• [What is required]: Every line that contains the word "more" should be copied from the records below.

** Opening Data to examine block **

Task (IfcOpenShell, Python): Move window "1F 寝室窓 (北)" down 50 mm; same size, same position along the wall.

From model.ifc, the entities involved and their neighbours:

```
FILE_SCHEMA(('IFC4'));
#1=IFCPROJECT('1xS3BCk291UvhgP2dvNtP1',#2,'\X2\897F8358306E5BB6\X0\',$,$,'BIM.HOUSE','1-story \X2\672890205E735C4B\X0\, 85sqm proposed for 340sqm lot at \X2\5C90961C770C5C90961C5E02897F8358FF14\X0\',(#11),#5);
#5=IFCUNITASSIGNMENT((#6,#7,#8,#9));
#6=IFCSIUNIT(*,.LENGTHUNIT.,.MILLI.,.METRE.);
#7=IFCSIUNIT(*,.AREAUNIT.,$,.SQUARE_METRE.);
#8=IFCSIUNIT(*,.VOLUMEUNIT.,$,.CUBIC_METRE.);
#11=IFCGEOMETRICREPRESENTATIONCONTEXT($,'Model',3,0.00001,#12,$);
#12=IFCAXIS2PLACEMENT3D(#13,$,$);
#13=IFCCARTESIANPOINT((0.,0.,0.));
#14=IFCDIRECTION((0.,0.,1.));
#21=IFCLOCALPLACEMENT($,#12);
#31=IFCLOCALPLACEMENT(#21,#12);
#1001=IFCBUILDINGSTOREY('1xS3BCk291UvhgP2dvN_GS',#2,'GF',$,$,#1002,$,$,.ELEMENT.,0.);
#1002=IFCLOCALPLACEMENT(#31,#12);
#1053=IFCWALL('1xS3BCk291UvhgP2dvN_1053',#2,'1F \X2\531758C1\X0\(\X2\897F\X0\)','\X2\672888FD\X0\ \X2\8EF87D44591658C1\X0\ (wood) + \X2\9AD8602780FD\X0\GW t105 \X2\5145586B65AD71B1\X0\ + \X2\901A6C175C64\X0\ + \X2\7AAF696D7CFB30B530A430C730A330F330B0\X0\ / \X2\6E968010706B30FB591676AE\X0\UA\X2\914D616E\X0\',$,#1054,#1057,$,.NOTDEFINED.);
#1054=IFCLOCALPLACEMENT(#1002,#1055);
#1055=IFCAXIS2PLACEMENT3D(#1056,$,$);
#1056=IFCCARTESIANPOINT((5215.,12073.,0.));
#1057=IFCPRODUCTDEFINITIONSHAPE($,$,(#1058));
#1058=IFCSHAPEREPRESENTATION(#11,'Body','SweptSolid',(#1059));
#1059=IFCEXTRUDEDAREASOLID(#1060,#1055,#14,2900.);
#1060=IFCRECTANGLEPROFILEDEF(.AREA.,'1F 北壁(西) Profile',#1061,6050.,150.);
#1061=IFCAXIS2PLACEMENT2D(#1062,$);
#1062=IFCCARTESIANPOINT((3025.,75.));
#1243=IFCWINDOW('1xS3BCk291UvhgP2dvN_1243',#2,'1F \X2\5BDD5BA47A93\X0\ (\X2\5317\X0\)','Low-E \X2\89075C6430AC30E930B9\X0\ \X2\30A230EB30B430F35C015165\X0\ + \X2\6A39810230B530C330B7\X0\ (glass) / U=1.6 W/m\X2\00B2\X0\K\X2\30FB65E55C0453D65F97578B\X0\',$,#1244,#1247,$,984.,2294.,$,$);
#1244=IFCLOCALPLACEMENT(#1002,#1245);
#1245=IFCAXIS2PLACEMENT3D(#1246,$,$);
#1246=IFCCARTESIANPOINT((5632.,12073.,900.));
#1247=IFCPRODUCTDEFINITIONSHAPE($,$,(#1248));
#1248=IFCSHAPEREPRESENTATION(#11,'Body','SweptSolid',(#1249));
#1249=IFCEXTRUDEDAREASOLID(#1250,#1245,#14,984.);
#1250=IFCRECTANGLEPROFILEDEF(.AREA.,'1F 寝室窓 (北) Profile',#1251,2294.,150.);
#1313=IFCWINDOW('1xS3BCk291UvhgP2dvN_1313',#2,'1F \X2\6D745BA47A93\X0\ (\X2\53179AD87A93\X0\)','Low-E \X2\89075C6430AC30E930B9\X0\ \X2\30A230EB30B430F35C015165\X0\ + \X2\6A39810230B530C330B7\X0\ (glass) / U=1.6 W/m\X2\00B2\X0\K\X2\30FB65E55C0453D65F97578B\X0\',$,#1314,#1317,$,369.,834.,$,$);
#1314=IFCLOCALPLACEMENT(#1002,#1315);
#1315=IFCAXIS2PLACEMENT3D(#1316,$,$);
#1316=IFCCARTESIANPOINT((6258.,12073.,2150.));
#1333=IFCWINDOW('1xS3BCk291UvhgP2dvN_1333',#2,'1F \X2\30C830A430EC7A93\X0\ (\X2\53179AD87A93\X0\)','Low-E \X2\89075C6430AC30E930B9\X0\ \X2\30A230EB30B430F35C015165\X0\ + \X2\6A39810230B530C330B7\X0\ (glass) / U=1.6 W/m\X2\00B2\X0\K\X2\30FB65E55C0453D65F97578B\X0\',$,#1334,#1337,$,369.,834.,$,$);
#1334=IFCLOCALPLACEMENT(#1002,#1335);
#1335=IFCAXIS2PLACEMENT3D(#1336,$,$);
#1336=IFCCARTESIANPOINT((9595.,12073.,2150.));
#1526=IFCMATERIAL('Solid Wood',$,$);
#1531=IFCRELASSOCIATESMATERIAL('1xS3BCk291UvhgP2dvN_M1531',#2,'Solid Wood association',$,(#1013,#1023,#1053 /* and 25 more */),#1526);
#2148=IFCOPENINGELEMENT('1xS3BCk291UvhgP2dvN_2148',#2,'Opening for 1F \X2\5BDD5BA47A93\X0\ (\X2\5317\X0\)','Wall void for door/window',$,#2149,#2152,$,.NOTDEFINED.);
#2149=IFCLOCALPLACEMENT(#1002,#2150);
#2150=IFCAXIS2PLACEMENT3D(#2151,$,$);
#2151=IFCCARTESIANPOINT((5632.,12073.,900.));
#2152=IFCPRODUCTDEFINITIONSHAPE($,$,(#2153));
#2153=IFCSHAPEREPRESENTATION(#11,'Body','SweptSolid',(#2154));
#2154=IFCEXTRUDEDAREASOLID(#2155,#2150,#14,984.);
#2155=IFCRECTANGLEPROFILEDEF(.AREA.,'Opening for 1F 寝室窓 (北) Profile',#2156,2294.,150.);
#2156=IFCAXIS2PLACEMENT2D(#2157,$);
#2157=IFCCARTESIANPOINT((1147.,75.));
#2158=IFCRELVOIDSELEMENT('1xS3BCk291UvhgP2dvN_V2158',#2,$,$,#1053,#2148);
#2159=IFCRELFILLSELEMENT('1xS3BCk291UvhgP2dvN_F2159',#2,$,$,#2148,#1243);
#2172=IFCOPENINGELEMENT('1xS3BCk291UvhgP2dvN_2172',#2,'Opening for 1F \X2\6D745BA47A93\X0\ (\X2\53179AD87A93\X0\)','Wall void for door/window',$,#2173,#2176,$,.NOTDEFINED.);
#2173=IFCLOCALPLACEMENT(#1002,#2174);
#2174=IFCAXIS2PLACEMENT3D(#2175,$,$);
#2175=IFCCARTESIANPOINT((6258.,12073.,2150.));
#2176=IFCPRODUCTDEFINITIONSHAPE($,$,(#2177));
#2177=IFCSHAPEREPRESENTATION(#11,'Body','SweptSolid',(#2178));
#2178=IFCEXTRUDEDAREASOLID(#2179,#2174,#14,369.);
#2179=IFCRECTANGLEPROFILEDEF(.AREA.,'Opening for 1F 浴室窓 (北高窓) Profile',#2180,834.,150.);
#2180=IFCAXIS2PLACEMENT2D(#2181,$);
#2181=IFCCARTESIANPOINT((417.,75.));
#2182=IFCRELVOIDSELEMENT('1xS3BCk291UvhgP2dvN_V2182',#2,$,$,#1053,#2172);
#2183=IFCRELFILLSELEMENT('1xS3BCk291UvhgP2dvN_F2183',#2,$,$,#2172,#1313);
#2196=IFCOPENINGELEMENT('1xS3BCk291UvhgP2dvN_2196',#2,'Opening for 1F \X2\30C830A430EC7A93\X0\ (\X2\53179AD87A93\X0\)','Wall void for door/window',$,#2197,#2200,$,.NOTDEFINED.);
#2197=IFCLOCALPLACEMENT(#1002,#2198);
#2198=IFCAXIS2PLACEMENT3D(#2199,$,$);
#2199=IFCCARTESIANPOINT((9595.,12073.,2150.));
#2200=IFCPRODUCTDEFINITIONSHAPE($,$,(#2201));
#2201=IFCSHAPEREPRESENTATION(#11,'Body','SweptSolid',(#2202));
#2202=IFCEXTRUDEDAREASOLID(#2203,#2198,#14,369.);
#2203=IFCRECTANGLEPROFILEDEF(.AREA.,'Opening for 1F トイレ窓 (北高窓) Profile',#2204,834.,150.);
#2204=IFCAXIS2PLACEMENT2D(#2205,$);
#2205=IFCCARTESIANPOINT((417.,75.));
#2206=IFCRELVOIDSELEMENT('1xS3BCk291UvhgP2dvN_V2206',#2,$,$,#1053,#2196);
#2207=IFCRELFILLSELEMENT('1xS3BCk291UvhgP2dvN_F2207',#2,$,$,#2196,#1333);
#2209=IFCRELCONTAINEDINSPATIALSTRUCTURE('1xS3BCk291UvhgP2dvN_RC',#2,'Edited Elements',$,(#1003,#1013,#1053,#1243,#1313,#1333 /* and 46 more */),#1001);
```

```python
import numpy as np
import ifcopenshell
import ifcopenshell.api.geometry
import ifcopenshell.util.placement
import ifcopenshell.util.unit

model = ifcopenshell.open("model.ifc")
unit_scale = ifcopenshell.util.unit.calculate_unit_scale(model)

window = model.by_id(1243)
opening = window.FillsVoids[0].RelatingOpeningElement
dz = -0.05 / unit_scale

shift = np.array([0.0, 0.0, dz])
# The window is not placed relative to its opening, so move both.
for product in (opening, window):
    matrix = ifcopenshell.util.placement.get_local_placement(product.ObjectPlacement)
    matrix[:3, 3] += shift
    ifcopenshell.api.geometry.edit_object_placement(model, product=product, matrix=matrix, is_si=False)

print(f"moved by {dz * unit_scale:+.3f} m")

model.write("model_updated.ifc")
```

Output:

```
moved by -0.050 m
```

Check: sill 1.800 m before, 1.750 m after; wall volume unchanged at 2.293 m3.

** Closing Data to examine block **

• [Final answer]:
#1531=IFCRELASSOCIATESMATERIAL('1xS3BCk291UvhgP2dvN_M1531',#2,'Solid Wood association',$,(#1013,#1023,#1053 /* and 25 more */),#1526);
#2209=IFCRELCONTAINEDINSPATIALSTRUCTURE('1xS3BCk291UvhgP2dvN_RC',#2,'Edited Elements',$,(#1003,#1013,#1053,#1243,#1313,#1333 /* and 46 more */),#1001);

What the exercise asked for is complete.